→ **WHAT YOU ARE ASKED TO DO**:
Write out, word for word, every line in the data below from the one containing "#28=IFCINDEXEDPOLYGONALFACE((5,45,47,7));" to the one containing "#62=IFCINDEXEDPOLYGONALFACE((39,79,80,40));", both of them included.

-- SUPPLIED INFORMATION follows --

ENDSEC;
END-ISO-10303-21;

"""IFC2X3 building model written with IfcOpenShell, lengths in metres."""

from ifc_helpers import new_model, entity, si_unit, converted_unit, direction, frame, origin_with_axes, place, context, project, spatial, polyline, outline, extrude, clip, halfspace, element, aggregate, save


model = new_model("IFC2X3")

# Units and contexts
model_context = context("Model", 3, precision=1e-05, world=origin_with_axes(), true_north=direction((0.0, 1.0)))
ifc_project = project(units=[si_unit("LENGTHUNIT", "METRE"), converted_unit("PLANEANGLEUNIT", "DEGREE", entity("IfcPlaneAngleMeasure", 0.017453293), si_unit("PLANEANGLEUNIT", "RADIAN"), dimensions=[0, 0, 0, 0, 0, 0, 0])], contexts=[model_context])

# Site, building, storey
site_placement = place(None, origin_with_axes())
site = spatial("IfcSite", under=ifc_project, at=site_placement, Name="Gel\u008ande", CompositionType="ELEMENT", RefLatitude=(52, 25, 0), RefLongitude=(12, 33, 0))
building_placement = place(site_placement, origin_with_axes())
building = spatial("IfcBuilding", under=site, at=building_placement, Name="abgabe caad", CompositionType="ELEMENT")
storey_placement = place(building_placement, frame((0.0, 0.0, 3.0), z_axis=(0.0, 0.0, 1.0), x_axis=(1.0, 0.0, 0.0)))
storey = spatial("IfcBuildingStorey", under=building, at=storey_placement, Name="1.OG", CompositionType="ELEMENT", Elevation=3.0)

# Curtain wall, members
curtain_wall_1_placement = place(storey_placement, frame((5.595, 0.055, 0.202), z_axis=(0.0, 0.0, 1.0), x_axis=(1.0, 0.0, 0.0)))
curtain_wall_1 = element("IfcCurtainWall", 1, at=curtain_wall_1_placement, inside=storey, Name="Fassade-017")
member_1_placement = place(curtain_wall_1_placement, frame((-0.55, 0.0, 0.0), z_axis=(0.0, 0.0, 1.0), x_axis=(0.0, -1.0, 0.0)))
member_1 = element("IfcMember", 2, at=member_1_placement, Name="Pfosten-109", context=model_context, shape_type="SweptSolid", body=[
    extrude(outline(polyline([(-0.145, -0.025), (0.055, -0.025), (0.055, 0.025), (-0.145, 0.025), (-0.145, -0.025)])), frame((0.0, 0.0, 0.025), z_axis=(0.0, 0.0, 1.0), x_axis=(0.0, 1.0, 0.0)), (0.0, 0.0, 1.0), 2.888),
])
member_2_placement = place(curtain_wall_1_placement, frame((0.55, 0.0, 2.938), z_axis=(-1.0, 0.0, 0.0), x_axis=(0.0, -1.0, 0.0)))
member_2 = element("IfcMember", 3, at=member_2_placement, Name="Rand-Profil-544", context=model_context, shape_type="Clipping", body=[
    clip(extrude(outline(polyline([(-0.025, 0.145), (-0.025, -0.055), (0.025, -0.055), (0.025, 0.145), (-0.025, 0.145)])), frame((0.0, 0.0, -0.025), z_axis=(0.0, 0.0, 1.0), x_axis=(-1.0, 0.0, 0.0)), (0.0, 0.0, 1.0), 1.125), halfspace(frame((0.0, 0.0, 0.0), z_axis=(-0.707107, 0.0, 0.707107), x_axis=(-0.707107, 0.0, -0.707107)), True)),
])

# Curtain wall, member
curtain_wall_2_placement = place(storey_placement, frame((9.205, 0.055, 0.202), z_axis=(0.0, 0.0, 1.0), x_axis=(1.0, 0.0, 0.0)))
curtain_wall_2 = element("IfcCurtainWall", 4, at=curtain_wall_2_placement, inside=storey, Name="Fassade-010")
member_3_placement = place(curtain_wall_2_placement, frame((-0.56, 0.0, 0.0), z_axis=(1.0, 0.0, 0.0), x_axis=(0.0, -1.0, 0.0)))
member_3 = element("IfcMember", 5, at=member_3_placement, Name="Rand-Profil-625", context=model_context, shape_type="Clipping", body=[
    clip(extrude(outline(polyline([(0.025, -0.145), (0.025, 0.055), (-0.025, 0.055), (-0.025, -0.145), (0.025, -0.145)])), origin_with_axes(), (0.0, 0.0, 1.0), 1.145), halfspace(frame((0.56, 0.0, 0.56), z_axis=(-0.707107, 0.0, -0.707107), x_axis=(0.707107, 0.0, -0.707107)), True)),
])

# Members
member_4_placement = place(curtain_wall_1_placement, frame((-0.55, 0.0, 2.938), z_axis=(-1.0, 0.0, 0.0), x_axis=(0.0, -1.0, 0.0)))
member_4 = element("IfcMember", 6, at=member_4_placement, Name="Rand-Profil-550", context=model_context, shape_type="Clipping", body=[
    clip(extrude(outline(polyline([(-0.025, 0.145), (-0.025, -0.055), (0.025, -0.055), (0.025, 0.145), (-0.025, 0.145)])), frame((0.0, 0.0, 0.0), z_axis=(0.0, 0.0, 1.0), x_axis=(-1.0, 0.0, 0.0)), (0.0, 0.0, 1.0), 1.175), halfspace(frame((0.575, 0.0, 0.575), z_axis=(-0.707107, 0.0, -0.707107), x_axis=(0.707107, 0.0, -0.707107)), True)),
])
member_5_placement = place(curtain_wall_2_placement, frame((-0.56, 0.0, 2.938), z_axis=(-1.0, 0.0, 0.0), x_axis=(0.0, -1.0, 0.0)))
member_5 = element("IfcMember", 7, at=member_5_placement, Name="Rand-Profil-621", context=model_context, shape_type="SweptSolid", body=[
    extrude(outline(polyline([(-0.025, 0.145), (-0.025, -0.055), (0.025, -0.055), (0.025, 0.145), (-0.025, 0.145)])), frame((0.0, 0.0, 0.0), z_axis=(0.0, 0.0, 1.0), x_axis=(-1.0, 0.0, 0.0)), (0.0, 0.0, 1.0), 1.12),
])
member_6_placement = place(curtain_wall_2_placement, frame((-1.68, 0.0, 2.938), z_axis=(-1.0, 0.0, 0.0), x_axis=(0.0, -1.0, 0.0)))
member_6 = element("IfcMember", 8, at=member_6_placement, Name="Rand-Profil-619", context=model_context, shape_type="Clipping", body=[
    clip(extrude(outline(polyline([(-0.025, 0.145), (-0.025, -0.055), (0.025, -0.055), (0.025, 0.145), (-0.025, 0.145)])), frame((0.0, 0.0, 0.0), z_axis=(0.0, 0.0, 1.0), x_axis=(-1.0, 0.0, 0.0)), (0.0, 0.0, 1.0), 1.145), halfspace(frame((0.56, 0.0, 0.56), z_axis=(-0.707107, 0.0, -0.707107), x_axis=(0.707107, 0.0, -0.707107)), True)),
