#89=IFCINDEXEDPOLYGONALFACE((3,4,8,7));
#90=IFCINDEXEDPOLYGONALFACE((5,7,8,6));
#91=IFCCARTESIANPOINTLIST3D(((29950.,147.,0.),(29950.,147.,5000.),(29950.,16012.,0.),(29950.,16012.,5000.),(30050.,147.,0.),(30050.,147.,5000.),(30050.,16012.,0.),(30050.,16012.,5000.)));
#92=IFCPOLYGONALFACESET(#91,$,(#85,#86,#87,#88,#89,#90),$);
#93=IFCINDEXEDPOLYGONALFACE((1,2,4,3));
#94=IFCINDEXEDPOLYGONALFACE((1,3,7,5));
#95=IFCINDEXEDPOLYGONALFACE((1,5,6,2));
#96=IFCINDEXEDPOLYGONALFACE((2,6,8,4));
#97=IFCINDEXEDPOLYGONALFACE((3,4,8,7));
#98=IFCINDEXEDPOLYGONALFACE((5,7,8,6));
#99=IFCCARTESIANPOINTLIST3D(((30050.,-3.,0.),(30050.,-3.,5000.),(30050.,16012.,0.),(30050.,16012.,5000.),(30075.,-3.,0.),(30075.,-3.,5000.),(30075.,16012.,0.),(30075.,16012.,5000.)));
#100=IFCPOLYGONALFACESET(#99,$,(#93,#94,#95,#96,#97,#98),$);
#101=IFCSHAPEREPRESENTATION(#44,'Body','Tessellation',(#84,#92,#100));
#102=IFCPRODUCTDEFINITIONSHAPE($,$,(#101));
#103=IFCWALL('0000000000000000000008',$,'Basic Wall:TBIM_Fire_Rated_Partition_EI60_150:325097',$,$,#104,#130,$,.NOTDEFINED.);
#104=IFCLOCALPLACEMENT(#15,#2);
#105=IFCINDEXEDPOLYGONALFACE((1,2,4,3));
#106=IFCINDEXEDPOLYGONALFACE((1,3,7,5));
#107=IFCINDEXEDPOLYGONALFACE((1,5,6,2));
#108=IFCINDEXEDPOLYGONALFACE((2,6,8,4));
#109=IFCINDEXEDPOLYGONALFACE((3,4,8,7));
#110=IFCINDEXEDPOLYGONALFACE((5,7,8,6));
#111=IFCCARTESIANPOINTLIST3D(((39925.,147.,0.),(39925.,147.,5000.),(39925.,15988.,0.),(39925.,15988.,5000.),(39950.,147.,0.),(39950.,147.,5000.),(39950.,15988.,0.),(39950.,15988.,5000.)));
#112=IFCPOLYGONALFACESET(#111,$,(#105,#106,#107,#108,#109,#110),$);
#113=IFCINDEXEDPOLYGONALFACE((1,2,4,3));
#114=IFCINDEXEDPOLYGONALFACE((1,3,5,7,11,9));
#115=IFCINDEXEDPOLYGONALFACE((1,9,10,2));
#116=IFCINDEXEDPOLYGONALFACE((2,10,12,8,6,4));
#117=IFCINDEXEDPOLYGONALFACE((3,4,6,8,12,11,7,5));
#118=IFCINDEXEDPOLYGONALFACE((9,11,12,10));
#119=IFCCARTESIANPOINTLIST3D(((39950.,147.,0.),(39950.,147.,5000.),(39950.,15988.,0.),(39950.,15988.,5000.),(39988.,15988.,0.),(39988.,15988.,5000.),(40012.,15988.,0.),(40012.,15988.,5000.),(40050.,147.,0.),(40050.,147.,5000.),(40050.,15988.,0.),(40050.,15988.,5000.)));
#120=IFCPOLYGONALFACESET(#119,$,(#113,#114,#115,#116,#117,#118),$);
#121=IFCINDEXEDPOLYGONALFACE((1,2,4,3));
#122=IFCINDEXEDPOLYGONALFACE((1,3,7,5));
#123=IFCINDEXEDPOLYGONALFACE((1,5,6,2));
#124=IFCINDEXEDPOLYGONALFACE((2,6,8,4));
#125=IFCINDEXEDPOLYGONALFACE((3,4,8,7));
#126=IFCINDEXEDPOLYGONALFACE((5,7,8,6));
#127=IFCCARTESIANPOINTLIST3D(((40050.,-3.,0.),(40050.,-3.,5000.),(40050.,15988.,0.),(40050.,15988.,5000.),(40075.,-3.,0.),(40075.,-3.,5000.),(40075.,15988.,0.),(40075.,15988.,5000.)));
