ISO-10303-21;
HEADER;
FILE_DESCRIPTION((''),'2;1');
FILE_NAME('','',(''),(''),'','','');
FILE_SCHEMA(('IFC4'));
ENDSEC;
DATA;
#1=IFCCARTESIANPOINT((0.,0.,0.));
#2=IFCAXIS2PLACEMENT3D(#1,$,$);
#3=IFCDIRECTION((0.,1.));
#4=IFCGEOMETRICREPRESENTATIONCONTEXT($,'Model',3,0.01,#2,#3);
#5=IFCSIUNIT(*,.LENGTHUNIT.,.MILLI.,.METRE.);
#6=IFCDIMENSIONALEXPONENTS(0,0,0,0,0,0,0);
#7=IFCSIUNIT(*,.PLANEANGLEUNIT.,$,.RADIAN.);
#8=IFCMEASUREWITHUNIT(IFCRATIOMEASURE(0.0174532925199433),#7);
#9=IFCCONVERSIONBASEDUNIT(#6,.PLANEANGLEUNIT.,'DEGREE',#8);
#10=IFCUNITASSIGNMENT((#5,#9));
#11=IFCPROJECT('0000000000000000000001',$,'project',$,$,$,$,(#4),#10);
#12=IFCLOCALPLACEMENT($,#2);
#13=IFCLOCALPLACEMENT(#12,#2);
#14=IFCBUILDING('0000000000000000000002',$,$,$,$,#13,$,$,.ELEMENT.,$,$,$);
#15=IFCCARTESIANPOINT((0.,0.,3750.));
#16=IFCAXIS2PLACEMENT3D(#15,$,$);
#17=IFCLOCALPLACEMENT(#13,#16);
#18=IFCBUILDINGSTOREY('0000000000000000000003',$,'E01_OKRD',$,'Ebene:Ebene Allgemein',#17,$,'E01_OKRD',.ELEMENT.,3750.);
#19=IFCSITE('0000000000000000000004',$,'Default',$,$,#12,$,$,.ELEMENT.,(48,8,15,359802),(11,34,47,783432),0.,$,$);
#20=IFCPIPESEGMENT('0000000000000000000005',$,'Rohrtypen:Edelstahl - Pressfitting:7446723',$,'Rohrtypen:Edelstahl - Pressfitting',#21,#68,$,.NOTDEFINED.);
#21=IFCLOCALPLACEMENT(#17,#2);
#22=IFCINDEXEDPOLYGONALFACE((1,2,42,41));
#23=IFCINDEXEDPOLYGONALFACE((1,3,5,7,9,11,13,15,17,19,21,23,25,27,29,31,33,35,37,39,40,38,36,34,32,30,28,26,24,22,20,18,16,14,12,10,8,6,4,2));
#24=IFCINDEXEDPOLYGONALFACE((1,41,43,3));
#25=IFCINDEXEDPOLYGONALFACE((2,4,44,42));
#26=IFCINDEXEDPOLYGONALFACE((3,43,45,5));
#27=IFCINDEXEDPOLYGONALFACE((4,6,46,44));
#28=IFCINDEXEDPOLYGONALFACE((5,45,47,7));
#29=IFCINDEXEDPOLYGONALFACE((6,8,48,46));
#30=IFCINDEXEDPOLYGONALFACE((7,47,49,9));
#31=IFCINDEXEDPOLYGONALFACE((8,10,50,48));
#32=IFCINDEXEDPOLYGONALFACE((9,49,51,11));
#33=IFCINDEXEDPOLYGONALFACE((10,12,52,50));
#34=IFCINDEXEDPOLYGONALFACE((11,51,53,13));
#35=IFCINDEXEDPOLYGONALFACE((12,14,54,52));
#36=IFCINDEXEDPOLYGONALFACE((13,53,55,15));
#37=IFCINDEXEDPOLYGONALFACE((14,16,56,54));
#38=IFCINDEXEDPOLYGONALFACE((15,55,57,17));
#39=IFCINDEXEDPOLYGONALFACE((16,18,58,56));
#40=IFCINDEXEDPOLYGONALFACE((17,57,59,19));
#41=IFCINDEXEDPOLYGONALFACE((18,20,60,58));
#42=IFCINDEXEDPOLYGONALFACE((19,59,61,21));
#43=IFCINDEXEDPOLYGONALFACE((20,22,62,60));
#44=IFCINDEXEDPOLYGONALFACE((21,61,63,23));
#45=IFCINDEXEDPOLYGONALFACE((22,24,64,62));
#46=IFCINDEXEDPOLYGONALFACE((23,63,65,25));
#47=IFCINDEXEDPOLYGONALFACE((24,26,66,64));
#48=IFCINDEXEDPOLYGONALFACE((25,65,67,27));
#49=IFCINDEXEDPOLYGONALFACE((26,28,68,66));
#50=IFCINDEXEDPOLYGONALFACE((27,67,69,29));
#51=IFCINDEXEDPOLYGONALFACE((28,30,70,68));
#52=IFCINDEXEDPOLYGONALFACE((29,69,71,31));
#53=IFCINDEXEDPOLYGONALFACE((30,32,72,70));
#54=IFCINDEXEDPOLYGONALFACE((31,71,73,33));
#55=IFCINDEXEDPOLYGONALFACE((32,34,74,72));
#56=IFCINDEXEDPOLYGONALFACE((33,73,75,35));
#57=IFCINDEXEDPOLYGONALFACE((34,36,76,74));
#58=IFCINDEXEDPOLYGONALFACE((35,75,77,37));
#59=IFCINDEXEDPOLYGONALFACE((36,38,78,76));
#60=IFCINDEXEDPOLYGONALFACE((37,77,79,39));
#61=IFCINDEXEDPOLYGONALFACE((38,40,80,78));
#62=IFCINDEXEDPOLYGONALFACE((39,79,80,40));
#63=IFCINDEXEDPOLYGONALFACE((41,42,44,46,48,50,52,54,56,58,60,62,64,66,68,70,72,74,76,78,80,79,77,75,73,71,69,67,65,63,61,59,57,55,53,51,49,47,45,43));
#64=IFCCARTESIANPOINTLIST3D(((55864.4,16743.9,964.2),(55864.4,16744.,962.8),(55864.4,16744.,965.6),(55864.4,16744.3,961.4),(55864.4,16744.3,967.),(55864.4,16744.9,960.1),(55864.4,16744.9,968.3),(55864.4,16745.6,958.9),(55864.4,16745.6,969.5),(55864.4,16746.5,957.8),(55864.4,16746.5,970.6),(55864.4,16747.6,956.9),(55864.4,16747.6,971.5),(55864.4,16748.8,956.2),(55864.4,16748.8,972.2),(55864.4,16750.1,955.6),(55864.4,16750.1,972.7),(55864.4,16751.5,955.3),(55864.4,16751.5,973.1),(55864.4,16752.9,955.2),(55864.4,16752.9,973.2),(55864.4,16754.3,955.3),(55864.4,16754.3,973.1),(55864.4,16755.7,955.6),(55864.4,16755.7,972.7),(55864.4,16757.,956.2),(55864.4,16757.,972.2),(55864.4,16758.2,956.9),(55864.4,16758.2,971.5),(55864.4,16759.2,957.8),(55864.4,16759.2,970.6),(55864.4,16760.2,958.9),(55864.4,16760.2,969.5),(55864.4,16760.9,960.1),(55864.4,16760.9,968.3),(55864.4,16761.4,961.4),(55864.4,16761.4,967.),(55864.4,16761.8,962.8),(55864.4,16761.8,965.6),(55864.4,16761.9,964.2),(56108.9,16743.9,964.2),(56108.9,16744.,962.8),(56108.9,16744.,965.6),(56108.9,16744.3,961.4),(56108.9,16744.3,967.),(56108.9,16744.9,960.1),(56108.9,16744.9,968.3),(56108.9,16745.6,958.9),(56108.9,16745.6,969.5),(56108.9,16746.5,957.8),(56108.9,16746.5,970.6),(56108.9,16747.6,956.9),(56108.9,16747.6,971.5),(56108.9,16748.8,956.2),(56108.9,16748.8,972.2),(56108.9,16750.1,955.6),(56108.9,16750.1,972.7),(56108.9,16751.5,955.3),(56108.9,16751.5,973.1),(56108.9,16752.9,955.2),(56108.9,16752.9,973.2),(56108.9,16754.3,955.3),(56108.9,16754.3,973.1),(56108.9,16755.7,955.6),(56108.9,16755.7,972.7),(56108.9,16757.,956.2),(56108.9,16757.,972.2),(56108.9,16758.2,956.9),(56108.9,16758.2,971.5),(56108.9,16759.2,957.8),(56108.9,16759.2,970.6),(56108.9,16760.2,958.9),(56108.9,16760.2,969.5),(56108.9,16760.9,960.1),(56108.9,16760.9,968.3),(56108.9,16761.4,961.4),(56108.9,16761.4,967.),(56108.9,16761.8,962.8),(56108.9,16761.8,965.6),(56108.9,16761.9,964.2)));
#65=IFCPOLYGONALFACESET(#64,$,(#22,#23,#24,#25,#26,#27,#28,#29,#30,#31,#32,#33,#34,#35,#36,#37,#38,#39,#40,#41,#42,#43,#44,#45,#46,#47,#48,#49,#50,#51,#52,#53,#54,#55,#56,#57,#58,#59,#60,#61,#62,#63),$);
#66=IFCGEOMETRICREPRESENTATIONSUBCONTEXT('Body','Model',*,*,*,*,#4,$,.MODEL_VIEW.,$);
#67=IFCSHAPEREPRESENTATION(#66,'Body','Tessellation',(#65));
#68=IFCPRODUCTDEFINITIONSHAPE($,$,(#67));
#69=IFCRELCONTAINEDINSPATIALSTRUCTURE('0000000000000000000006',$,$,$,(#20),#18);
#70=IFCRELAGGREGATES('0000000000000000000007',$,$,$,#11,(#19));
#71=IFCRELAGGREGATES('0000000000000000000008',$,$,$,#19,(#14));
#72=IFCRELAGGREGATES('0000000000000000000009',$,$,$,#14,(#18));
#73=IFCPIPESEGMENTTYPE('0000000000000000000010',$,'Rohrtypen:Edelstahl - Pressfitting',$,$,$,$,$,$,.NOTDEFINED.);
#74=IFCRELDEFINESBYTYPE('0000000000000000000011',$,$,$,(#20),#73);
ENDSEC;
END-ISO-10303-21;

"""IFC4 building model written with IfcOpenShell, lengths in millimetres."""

from ifc_helpers import new_model, entity, si_unit, converted_unit, direction, frame, origin, place, context, subcontext, project, spatial, indexed_curve, outline, extrude, type_object, element, save


model = new_model("IFC4")

# Units and contexts
model_context = context("Model", 3, precision=0.01, world=origin(), true_north=direction((0.0, 1.0)))
body_context = subcontext(model_context, "Body", "Model", "MODEL_VIEW")
ifc_project = project(units=[si_unit("LENGTHUNIT", "METRE", prefix="MILLI"), converted_unit("PLANEANGLEUNIT", "DEGREE", entity("IfcRatioMeasure", 0.0174532925199433), si_unit("PLANEANGLEUNIT", "RADIAN"), dimensions=[0, 0, 0, 0, 0, 0, 0])], contexts=[model_context])

# Site, building, storey
site_placement = place(None, origin())
site = spatial("IfcSite", under=ifc_project, at=site_placement, Name="Default", CompositionType="ELEMENT", RefLatitude=(48, 8, 15, 359802), RefLongitude=(11, 34, 47, 783432), RefElevation=0.0)
building_placement = place(site_placement, origin())
building = spatial("IfcBuilding", under=site, at=building_placement, CompositionType="ELEMENT")
storey_placement = place(building_placement, frame((0.0, 0.0, 3750.0)))
storey = spatial("IfcBuildingStorey", under=building, at=storey_placement, Name="E01_OKRD", ObjectType="Ebene:Ebene Allgemein", LongName="E01_OKRD", CompositionType="ELEMENT", Elevation=3750.0)

# Pipe segment
pipe_segment_type_1 = type_object("IfcPipeSegmentType", Name="Rohrtypen:Edelstahl - Pressfitting", PredefinedType="NOTDEFINED")
pipe_segment_1_placement = place(storey_placement, origin())
element("IfcPipeSegment", 1, at=pipe_segment_1_placement, inside=storey, type_object=pipe_segment_type_1, Name="Rohrtypen:Edelstahl - Pressfitting:7446723", ObjectType="Rohrtypen:Edelstahl - Pressfitting", PredefinedType="NOTDEFINED", context=body_context, shape_type="SweptSolid", body=[
    extrude(outline(indexed_curve([(9.0, 0.0), (8.9, 1.4), (8.6, 2.8), (8.0, 4.1), (7.3, 5.3), (6.4, 6.4), (5.3, 7.3), (4.1, 8.0), (2.8, 8.6), (1.4, 8.9), (0.0, 9.0), (-1.4, 8.9), (-2.8, 8.6), (-4.1, 8.0), (-5.3, 7.3), (-6.4, 6.4), (-7.3, 5.3), (-8.0, 4.1), (-8.6, 2.8), (-8.9, 1.4), (-9.0, 0.0), (-8.9, -1.4), (-8.6, -2.8), (-8.0, -4.1), (-7.3, -5.3), (-6.4, -6.4), (-5.3, -7.3), (-4.1, -8.0), (-2.8, -8.6), (-1.4, -8.9), (0.0, -9.0), (1.4, -8.9), (2.8, -8.6), (4.1, -8.0), (5.3, -7.3), (6.4, -6.4), (7.3, -5.3), (8.0, -4.1), (8.6, -2.8), (8.9, -1.4), (9.0, 0.0)], self_intersect=False)), frame((55864.4, 16752.9, 964.2), z_axis=(1.0, 0.0, 0.0), x_axis=(0.0, -1.0, 0.0)), (0.0, 0.0, 1.0), 244.5),
])

save(model, "model.ifc")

-- SUPPLIED INFORMATION concluded --

→ **RESPONSE FOR THIS EXERCISE**:
#28=IFCINDEXEDPOLYGONALFACE((5,45,47,7));
#29=IFCINDEXEDPOLYGONALFACE((6,8,48,46));
#30=IFCINDEXEDPOLYGONALFACE((7,47,49,9));
#31=IFCINDEXEDPOLYGONALFACE((8,10,50,48));
#32=IFCINDEXEDPOLYGONALFACE((9,49,51,11));
#33=IFCINDEXEDPOLYGONALFACE((10,12,52,50));
#34=IFCINDEXEDPOLYGONALFACE((11,51,53,13));
#35=IFCINDEXEDPOLYGONALFACE((12,14,54,52));
#36=IFCINDEXEDPOLYGONALFACE((13,53,55,15));
#37=IFCINDEXEDPOLYGONALFACE((14,16,56,54));
#38=IFCINDEXEDPOLYGONALFACE((15,55,57,17));
#39=IFCINDEXEDPOLYGONALFACE((16,18,58,56));
#40=IFCINDEXEDPOLYGONALFACE((17,57,59,19));
#41=IFCINDEXEDPOLYGONALFACE((18,20,60,58));
#42=IFCINDEXEDPOLYGONALFACE((19,59,61,21));
#43=IFCINDEXEDPOLYGONALFACE((20,22,62,60));
#44=IFCINDEXEDPOLYGONALFACE((21,61,63,23));
#45=IFCINDEXEDPOLYGONALFACE((22,24,64,62));
#46=IFCINDEXEDPOLYGONALFACE((23,63,65,25));
#47=IFCINDEXEDPOLYGONALFACE((24,26,66,64));
#48=IFCINDEXEDPOLYGONALFACE((25,65,67,27));
#49=IFCINDEXEDPOLYGONALFACE((26,28,68,66));
#50=IFCINDEXEDPOLYGONALFACE((27,67,69,29));
#51=IFCINDEXEDPOLYGONALFACE((28,30,70,68));
#52=IFCINDEXEDPOLYGONALFACE((29,69,71,31));
#53=IFCINDEXEDPOLYGONALFACE((30,32,72,70));
#54=IFCINDEXEDPOLYGONALFACE((31,71,73,33));
#55=IFCINDEXEDPOLYGONALFACE((32,34,74,72));
#56=IFCINDEXEDPOLYGONALFACE((33,73,75,35));
#57=IFCINDEXEDPOLYGONALFACE((34,36,76,74));
#58=IFCINDEXEDPOLYGONALFACE((35,75,77,37));
#59=IFCINDEXEDPOLYGONALFACE((36,38,78,76));
#60=IFCINDEXEDPOLYGONALFACE((37,77,79,39));
#61=IFCINDEXEDPOLYGONALFACE((38,40,80,78));
#62=IFCINDEXEDPOLYGONALFACE((39,79,80,40));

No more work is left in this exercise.